The sixth voyage provides some illustration of Islamic culture and belief. Sinbad briefly mentions ascending to the peak of the "tallest mountain in the world" in the island kingdom, where Adam fell from paradise. This is a reference to the Islamic and Judeo-Christian creation myth, and gives some insight into Sinbad's belief system. Further, the value of gift-giving is reinforced here, when the King of Serendib sends presents that are properly appreciated by the caliph. Overall, it is essential to remember how important Islamic culture and religion are to these texts; it is easy to brush Sinbad's tales off as adventure stories, but we can learn a lot about the religion and culture of this time period through small descriptions like these.

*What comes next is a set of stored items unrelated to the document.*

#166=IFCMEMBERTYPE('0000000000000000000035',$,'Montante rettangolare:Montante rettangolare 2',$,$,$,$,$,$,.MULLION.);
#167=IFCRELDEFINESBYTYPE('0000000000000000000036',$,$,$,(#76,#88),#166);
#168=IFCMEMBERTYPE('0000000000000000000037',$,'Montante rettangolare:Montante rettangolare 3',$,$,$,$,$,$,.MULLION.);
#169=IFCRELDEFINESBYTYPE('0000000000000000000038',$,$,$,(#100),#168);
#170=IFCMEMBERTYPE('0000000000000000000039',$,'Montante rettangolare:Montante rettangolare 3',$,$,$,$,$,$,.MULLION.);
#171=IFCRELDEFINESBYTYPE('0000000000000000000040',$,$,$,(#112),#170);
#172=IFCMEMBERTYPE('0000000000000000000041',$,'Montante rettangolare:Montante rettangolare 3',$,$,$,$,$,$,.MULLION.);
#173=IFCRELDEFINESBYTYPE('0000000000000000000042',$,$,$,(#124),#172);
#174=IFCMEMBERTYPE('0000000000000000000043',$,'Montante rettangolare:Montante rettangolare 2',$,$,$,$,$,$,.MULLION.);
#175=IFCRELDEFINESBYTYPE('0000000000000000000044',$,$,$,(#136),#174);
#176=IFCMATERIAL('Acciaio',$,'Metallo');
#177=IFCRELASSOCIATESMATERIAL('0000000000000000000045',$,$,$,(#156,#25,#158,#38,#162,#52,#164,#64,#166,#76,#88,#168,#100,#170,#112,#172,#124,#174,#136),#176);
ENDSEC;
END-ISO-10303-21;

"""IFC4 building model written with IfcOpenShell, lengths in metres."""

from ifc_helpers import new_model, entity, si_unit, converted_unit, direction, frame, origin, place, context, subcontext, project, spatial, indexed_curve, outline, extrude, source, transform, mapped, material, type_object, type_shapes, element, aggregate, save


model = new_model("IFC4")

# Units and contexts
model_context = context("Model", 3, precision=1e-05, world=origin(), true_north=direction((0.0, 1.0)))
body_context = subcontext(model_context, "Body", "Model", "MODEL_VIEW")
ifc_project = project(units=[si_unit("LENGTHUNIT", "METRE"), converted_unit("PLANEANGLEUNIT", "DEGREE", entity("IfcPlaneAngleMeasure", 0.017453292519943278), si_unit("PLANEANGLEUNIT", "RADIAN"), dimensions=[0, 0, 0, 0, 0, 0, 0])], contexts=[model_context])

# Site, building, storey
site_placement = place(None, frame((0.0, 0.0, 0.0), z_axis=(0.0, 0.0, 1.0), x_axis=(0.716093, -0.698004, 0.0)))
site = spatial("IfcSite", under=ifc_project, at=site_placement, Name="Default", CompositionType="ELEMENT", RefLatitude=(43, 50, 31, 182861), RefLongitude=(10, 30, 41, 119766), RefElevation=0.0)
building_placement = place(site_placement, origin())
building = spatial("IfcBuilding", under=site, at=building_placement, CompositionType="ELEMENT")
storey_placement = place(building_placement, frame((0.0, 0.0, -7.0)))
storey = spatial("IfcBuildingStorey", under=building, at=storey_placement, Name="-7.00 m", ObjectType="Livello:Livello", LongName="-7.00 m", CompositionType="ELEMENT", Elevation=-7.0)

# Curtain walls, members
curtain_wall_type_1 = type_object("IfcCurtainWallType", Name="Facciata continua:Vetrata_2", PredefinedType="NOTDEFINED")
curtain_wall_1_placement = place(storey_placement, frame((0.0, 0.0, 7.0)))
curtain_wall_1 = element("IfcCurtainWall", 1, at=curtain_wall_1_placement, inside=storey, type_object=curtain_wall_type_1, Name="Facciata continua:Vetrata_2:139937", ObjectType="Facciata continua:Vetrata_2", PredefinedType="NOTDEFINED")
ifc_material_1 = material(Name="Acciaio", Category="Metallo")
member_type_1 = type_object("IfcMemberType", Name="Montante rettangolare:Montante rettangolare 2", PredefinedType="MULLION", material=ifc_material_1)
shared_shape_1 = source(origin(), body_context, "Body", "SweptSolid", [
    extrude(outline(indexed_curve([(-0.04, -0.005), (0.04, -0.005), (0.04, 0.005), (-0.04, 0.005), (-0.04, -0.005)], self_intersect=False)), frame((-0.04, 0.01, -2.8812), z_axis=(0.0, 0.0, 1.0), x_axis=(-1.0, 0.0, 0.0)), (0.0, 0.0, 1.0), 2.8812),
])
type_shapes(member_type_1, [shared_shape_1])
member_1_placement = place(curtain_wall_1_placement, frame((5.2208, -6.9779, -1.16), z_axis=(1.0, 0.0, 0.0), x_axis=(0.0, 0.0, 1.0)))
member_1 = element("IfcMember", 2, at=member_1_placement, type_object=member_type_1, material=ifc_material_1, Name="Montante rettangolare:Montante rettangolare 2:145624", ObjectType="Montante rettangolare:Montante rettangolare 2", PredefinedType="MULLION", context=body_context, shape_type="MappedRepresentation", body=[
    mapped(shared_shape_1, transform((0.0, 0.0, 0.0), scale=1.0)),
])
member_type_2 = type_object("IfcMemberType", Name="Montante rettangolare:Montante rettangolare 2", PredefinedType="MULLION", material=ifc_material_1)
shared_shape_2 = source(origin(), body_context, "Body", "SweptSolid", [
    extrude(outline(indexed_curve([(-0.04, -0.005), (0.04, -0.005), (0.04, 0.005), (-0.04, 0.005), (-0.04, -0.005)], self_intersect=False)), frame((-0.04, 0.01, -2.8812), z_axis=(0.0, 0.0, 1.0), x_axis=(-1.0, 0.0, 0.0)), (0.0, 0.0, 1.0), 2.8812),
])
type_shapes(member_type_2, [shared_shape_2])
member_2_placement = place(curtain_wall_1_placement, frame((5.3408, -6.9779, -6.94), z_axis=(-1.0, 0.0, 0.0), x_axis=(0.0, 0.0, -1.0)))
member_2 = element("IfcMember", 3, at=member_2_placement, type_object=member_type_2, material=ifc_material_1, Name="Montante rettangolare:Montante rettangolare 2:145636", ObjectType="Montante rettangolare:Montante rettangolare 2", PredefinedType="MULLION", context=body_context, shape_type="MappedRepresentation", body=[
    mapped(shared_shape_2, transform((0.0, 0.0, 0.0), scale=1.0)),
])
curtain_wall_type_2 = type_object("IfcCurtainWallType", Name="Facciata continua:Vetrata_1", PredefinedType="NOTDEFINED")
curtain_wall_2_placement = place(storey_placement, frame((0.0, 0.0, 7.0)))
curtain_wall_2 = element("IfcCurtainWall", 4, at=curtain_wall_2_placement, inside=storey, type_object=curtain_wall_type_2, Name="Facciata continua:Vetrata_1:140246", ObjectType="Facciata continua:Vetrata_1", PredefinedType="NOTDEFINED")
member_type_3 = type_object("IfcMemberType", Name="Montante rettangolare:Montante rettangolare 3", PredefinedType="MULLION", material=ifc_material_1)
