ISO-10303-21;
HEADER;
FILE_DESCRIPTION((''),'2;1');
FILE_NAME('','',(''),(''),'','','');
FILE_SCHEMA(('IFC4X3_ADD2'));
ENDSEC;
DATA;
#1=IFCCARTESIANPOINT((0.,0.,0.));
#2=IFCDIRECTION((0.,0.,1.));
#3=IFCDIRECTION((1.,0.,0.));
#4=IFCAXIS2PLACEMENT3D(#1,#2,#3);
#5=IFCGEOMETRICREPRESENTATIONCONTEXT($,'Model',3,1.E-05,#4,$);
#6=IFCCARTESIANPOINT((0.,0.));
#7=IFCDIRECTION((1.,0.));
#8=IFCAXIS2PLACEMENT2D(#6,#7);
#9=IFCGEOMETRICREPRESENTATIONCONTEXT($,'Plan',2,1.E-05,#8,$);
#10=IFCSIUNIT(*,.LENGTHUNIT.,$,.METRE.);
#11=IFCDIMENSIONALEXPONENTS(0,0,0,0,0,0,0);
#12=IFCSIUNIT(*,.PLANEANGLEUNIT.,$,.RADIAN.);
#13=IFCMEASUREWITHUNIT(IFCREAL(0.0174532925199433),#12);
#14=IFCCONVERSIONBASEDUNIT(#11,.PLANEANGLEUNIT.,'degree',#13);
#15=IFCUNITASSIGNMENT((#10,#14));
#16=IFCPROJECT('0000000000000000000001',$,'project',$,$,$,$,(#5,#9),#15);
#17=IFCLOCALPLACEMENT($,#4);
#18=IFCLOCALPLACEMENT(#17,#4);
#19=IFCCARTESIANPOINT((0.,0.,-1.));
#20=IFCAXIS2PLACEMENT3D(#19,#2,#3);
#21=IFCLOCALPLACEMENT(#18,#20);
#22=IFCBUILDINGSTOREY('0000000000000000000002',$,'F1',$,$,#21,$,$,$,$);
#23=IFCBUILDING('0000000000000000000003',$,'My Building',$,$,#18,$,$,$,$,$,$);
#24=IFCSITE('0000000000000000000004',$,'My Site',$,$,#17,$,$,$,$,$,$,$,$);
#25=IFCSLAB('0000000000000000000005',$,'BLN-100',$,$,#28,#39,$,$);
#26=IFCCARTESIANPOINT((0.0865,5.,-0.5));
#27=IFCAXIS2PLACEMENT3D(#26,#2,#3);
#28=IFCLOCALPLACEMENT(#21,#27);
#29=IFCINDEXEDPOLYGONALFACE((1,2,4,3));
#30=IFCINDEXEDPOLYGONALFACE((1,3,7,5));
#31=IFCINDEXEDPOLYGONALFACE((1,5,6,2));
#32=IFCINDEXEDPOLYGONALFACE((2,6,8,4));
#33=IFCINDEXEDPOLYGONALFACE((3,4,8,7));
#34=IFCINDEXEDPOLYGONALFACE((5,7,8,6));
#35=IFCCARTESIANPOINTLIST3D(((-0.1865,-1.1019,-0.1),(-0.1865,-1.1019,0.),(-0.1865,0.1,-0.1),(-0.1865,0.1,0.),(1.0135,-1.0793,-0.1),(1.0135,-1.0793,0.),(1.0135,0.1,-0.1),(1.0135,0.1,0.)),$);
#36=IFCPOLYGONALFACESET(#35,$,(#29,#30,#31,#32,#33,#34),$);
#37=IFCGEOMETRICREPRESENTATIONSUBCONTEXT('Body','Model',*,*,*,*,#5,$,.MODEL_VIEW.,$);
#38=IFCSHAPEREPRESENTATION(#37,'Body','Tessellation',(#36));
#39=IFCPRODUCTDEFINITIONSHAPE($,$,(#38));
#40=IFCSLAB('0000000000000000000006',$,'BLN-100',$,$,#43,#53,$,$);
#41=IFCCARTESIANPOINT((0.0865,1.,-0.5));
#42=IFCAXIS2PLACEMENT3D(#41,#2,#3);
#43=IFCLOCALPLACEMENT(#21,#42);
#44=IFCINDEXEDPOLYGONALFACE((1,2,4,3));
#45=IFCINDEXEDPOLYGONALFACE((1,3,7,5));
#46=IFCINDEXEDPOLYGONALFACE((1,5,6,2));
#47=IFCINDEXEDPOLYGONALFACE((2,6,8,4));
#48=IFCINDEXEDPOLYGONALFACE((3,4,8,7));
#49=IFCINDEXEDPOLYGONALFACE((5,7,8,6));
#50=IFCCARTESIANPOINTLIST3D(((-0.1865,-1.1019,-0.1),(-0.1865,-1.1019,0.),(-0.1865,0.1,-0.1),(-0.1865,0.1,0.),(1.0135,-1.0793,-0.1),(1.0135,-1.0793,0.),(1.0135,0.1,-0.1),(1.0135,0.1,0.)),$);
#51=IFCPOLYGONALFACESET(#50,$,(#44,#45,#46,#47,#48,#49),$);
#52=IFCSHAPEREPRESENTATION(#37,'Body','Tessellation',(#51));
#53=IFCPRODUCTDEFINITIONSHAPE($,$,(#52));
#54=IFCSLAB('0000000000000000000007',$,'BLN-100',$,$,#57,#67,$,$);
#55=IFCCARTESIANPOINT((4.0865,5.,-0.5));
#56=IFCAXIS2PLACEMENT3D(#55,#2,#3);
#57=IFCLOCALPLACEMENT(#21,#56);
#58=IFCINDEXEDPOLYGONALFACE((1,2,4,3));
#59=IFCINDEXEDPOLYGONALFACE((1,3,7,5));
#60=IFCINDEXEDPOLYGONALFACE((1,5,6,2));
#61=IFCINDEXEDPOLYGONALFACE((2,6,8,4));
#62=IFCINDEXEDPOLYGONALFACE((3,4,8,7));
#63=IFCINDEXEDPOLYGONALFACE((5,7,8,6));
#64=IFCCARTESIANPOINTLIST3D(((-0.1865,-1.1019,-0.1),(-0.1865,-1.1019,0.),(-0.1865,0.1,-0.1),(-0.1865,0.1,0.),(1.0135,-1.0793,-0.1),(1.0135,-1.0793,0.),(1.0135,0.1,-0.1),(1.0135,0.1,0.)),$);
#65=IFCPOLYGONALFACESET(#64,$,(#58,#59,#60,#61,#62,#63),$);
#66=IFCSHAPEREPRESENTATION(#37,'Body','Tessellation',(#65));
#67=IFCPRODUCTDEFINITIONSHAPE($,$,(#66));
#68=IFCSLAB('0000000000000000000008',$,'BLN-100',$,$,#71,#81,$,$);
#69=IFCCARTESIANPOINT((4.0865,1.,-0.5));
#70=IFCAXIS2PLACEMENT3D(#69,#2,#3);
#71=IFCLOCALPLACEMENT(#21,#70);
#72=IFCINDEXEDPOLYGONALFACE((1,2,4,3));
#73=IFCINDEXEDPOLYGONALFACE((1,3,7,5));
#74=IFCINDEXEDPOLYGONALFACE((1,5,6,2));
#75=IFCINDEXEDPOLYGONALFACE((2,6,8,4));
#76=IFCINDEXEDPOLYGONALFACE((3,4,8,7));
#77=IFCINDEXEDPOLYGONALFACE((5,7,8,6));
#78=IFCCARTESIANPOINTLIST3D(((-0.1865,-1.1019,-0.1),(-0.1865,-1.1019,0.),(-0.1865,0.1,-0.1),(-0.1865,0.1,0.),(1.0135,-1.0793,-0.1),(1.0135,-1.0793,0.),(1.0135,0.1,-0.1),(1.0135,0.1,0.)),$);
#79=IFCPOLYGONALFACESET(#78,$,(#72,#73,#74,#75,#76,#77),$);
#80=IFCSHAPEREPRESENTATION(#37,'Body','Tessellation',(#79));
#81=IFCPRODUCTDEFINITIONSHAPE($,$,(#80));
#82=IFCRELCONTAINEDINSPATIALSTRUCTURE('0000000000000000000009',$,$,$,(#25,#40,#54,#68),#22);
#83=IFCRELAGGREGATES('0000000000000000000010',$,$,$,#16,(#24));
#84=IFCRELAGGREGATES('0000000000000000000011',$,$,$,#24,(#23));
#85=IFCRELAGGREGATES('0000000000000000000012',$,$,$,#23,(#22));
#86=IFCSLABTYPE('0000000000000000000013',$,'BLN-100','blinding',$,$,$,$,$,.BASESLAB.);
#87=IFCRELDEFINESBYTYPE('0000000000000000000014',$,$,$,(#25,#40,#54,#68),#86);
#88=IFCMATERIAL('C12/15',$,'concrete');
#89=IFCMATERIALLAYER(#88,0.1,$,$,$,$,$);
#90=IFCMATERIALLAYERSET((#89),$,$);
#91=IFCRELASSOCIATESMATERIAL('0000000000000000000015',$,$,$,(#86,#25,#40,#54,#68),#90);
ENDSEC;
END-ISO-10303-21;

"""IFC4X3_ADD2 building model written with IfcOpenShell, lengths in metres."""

from ifc_helpers import new_model, entity, si_unit, converted_unit, frame, origin_with_axes, origin_2d_with_axis, place, context, subcontext, project, spatial, indexed_curve, outline, extrude, material, layer, layer_set, layer_usage, type_object, element, save


model = new_model("IFC4X3_ADD2")

# Units and contexts
model_context = context("Model", 3, precision=1e-05, world=origin_with_axes())
plan_context = context("Plan", 2, precision=1e-05, world=origin_2d_with_axis())
body_context = subcontext(model_context, "Body", "Model", "MODEL_VIEW")
ifc_project = project(units=[si_unit("LENGTHUNIT", "METRE"), converted_unit("PLANEANGLEUNIT", "degree", entity("IfcReal", 0.0174532925199433), si_unit("PLANEANGLEUNIT", "RADIAN"), dimensions=[0, 0, 0, 0, 0, 0, 0])], contexts=[model_context, plan_context])

# Site, building, storey
site_placement = place(None, origin_with_axes())
site = spatial("IfcSite", under=ifc_project, at=site_placement, Name="My Site")
building_placement = place(site_placement, origin_with_axes())
building = spatial("IfcBuilding", under=site, at=building_placement, Name="My Building")
storey_placement = place(building_placement, frame((0.0, 0.0, -1.0), z_axis=(0.0, 0.0, 1.0), x_axis=(1.0, 0.0, 0.0)))
storey = spatial("IfcBuildingStorey", under=building, at=storey_placement, Name="F1")

# Slabs
ifc_material_1 = material(Name="C12/15", Category="concrete")
ifc_layer_1 = layer(ifc_material_1, 0.1)
ifc_layer_set_1 = layer_set([ifc_layer_1])
ifc_layer_usage_1 = layer_usage(ifc_layer_set_1, "AXIS3", "POSITIVE", -0.1)
slab_type_1 = type_object("IfcSlabType", Name="BLN-100", Description="blinding", PredefinedType="BASESLAB", material=ifc_layer_set_1)
slab_1_placement = place(storey_placement, frame((0.0865, 5.0, -0.5), z_axis=(0.0, 0.0, 1.0), x_axis=(1.0, 0.0, 0.0)))
element("IfcSlab", 1, at=slab_1_placement, inside=storey, type_object=slab_type_1, material=ifc_layer_usage_1, Name="BLN-100", context=body_context, shape_type="SweptSolid", body=[
    extrude(outline(indexed_curve([(-0.1865, -1.1019), (1.0135, -1.0793), (1.0135, 0.1), (-0.1865, 0.1), (-0.1865, -1.1019)])), frame((0.0, 0.0, -0.1), z_axis=(0.0, 0.0, 1.0), x_axis=(1.0, 0.0, 0.0)), (0.0, 0.0, 1.0), 0.1),
])
ifc_layer_usage_2 = layer_usage(ifc_layer_set_1, "AXIS3", "POSITIVE", -0.1)
slab_2_placement = place(storey_placement, frame((0.0865, 1.0, -0.5), z_axis=(0.0, 0.0, 1.0), x_axis=(1.0, 0.0, 0.0)))
element("IfcSlab", 2, at=slab_2_placement, inside=storey, type_object=slab_type_1, material=ifc_layer_usage_2, Name="BLN-100", context=body_context, shape_type="SweptSolid", body=[
    extrude(outline(indexed_curve([(-0.1865, -1.1019), (1.0135, -1.0793), (1.0135, 0.1), (-0.1865, 0.1), (-0.1865, -1.1019)])), frame((0.0, 0.0, -0.1), z_axis=(0.0, 0.0, 1.0), x_axis=(1.0, 0.0, 0.0)), (0.0, 0.0, 1.0), 0.1),
])
ifc_layer_usage_3 = layer_usage(ifc_layer_set_1, "AXIS3", "POSITIVE", -0.1)
slab_3_placement = place(storey_placement, frame((4.0865, 5.0, -0.5), z_axis=(0.0, 0.0, 1.0), x_axis=(1.0, 0.0, 0.0)))
element("IfcSlab", 3, at=slab_3_placement, inside=storey, type_object=slab_type_1, material=ifc_layer_usage_3, Name="BLN-100", context=body_context, shape_type="SweptSolid", body=[
    extrude(outline(indexed_curve([(-0.1865, -1.1019), (1.0135, -1.0793), (1.0135, 0.1), (-0.1865, 0.1), (-0.1865, -1.1019)])), frame((0.0, 0.0, -0.1), z_axis=(0.0, 0.0, 1.0), x_axis=(1.0, 0.0, 0.0)), (0.0, 0.0, 1.0), 0.1),
])
ifc_layer_usage_4 = layer_usage(ifc_layer_set_1, "AXIS3", "POSITIVE", -0.1)
slab_4_placement = place(storey_placement, frame((4.0865, 1.0, -0.5), z_axis=(0.0, 0.0, 1.0), x_axis=(1.0, 0.0, 0.0)))
element("IfcSlab", 4, at=slab_4_placement, inside=storey, type_object=slab_type_1, material=ifc_layer_usage_4, Name="BLN-100", context=body_context, shape_type="SweptSolid", body=[
    extrude(outline(indexed_curve([(-0.1865, -1.1019), (1.0135, -1.0793), (1.0135, 0.1), (-0.1865, 0.1), (-0.1865, -1.1019)])), frame((0.0, 0.0, -0.1), z_axis=(0.0, 0.0, 1.0), x_axis=(1.0, 0.0, 0.0)), (0.0, 0.0, 1.0), 0.1),
])

save(model, "model.ifc")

Finally, it is worth noting how often Sinbad has told his story throughout these voyages. It adds another level to the framing device. At the same time that Scheherazade is telling her king how Sinbad is telling the impoverished porter (and others) about his journeys, Sinbad's stories involve his frequent re-tellings of his adventures. In these, he tells them to the King of Serendib in order to gain sympathy. This is important for two reasons. The first is the idea that we are defined by the stories we tell. These repeated tales are a reflection of Sinbad's character, and frequently produce great dividends for him. Secondly, it reminds us that stories have great power - they can decide life or death. In Sinbad's stories, his talent at storytelling keeps him alive. Naturally, this second idea is one that Scheherazade is well aware of given her situation, so it makes sense that the theme is constantly reinforced throughout.